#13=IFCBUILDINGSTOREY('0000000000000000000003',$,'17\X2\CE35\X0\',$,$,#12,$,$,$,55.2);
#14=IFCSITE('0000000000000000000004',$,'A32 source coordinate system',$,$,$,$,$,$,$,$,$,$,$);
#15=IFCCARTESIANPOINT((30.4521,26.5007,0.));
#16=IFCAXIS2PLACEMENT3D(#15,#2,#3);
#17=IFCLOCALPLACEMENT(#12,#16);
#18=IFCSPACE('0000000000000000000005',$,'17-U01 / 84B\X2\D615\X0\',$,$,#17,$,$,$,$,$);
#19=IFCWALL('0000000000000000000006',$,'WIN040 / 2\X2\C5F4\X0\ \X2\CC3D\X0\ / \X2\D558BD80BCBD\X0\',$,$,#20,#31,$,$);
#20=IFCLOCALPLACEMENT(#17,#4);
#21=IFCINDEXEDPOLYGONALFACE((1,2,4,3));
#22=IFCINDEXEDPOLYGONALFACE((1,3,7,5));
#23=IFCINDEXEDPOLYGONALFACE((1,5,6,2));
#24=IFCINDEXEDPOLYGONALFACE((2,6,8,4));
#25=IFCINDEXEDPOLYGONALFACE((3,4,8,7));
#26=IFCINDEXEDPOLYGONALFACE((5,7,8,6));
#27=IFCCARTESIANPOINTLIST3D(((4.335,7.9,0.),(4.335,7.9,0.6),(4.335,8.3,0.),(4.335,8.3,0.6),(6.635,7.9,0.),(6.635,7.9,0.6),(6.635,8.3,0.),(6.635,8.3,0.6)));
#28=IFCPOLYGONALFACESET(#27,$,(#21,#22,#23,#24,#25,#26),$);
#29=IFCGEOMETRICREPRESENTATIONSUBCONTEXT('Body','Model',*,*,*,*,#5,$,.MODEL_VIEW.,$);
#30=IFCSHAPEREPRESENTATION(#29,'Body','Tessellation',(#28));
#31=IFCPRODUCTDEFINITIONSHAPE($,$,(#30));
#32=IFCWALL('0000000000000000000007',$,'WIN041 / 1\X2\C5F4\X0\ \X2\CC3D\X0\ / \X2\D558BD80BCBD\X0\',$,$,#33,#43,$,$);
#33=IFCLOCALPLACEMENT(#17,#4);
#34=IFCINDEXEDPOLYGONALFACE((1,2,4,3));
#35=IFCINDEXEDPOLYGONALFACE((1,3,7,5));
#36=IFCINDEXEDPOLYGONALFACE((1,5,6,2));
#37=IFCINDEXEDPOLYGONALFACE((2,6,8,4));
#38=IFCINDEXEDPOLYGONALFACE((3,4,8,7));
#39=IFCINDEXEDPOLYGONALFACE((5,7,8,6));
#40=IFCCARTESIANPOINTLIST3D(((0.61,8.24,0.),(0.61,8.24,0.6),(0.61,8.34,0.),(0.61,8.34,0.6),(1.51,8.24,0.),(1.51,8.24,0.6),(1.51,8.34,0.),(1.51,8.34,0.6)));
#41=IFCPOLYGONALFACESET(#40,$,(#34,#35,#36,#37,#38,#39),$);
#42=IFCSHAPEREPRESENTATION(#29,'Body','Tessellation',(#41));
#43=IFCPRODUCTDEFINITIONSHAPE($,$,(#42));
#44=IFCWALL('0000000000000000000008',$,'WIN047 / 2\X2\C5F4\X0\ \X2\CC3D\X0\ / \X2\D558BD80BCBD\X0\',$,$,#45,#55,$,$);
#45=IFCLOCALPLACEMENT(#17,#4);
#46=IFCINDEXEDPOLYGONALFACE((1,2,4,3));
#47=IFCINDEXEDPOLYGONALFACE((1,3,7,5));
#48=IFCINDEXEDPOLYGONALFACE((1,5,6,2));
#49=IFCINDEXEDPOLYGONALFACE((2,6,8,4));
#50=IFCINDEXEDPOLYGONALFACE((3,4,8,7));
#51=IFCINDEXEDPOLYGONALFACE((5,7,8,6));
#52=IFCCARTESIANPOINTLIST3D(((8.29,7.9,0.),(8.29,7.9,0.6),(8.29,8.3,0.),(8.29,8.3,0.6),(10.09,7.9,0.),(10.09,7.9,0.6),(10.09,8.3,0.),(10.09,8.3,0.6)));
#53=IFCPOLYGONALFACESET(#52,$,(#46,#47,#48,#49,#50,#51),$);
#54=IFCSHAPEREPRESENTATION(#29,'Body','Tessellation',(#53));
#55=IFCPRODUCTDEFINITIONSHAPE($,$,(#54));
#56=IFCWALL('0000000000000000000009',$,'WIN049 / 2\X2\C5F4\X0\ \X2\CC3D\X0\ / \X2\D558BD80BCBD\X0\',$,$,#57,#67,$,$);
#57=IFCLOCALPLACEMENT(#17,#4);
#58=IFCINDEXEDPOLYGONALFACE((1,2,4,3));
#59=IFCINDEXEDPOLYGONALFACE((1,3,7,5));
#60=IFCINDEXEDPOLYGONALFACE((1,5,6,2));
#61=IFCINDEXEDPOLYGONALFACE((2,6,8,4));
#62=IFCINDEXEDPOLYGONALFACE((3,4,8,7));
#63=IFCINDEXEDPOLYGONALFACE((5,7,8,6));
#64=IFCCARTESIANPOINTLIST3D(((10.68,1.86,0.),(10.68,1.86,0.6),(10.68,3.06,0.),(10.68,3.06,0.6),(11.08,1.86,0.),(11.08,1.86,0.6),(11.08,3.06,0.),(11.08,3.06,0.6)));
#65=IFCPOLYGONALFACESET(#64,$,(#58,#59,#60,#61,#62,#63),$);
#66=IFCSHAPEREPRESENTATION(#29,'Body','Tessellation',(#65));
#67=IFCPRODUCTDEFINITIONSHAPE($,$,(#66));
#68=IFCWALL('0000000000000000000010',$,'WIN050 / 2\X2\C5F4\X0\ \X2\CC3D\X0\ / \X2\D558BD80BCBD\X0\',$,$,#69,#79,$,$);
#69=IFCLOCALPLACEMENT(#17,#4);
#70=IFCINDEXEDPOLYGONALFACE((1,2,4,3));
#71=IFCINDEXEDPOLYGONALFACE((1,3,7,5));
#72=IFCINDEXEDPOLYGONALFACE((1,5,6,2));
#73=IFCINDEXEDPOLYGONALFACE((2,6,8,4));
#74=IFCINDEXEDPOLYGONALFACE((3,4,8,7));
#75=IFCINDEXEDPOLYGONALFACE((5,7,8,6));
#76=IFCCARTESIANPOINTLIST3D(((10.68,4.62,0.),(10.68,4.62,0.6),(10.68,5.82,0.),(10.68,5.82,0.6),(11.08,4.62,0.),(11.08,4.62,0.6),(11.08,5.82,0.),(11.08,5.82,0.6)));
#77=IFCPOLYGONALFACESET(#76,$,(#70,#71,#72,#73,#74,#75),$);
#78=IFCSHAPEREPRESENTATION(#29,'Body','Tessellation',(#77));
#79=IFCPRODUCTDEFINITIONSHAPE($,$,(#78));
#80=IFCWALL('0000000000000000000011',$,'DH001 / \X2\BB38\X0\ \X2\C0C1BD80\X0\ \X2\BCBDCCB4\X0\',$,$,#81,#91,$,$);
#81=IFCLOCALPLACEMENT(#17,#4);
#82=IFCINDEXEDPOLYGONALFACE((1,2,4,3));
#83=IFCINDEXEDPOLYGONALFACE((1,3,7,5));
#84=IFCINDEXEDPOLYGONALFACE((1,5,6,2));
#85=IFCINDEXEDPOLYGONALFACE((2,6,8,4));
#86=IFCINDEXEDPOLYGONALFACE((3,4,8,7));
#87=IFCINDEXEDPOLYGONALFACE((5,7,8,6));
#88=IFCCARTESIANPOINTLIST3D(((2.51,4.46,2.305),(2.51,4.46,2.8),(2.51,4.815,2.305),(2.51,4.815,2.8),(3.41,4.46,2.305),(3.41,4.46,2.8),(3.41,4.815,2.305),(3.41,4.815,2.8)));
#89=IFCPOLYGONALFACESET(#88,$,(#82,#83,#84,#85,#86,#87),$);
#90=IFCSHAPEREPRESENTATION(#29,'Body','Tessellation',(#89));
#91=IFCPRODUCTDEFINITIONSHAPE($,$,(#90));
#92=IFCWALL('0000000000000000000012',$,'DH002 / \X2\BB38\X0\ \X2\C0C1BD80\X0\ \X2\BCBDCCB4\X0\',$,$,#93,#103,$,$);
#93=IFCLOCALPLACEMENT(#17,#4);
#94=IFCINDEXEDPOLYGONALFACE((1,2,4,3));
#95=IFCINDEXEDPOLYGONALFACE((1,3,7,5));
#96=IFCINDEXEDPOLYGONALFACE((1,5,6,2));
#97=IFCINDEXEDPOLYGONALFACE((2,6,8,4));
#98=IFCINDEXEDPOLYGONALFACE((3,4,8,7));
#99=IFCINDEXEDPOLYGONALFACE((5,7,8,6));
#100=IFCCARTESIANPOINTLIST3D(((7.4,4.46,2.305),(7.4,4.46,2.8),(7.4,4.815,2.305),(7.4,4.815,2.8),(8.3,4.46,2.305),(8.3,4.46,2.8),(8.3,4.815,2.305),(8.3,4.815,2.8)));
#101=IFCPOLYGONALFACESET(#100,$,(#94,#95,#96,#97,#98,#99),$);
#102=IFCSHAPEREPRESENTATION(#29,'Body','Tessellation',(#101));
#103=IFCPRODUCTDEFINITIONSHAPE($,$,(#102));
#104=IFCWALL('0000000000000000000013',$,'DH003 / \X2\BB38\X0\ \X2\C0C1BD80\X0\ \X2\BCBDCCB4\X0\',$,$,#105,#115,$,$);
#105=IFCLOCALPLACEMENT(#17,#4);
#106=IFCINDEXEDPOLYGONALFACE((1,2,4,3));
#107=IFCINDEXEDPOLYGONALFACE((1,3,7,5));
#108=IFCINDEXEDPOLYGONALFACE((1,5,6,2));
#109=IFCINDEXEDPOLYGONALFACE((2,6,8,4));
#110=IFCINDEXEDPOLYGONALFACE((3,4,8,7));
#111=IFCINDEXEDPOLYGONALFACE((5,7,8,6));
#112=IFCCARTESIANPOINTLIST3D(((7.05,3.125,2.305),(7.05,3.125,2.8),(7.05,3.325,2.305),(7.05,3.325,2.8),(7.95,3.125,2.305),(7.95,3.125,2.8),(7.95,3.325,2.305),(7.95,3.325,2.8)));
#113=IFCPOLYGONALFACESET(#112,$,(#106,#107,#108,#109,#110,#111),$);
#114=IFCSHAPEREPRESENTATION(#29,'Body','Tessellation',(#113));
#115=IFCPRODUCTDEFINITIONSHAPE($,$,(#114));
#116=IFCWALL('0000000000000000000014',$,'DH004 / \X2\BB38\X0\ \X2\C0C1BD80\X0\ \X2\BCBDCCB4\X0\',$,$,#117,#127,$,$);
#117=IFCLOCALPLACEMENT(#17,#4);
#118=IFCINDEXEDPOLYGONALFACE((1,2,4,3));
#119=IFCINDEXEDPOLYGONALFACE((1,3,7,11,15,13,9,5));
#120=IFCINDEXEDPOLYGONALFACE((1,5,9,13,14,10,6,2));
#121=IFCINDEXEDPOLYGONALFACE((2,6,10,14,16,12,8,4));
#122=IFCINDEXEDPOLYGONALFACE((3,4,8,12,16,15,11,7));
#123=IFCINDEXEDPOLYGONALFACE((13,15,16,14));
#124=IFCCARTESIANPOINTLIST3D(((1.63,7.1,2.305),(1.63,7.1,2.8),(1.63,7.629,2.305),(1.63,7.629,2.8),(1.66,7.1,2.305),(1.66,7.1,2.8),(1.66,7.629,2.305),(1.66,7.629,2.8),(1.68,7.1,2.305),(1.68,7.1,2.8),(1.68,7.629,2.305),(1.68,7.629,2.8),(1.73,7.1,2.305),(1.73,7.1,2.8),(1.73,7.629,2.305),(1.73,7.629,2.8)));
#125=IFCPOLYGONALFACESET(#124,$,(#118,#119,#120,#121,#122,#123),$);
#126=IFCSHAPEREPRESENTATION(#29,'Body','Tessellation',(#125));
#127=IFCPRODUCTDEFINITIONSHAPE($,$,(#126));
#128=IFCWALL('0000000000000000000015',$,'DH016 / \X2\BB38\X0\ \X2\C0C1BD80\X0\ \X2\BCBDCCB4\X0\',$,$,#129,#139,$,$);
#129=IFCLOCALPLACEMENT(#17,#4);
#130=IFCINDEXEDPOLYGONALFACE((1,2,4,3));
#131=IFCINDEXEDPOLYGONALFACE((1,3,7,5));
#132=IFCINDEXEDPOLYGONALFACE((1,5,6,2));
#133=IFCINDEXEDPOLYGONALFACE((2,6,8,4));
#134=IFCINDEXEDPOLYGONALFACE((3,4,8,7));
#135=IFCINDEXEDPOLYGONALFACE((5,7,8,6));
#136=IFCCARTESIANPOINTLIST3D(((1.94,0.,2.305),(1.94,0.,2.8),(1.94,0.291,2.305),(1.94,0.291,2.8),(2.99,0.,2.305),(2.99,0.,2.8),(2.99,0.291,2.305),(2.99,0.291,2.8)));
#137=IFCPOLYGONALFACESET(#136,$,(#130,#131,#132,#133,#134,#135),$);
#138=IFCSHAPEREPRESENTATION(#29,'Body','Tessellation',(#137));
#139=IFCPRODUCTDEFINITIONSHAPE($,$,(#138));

■ Exercise brief: The reply should consist solely of the lines above from the one that has "#45=IFCLOCALPLACEMENT(#17,#4);" through the one that has "#55=IFCPRODUCTDEFINITIONSHAPE($,$,(#54));", reproduced exactly.

■ Completed exercise:
#45=IFCLOCALPLACEMENT(#17,#4);
#46=IFCINDEXEDPOLYGONALFACE((1,2,4,3));
#47=IFCINDEXEDPOLYGONALFACE((1,3,7,5));
#48=IFCINDEXEDPOLYGONALFACE((1,5,6,2));
#49=IFCINDEXEDPOLYGONALFACE((2,6,8,4));
#50=IFCINDEXEDPOLYGONALFACE((3,4,8,7));
#51=IFCINDEXEDPOLYGONALFACE((5,7,8,6));
#52=IFCCARTESIANPOINTLIST3D(((8.29,7.9,0.),(8.29,7.9,0.6),(8.29,8.3,0.),(8.29,8.3,0.6),(10.09,7.9,0.),(10.09,7.9,0.6),(10.09,8.3,0.),(10.09,8.3,0.6)));
#53=IFCPOLYGONALFACESET(#52,$,(#46,#47,#48,#49,#50,#51),$);
#54=IFCSHAPEREPRESENTATION(#29,'Body','Tessellation',(#53));
#55=IFCPRODUCTDEFINITIONSHAPE($,$,(#54));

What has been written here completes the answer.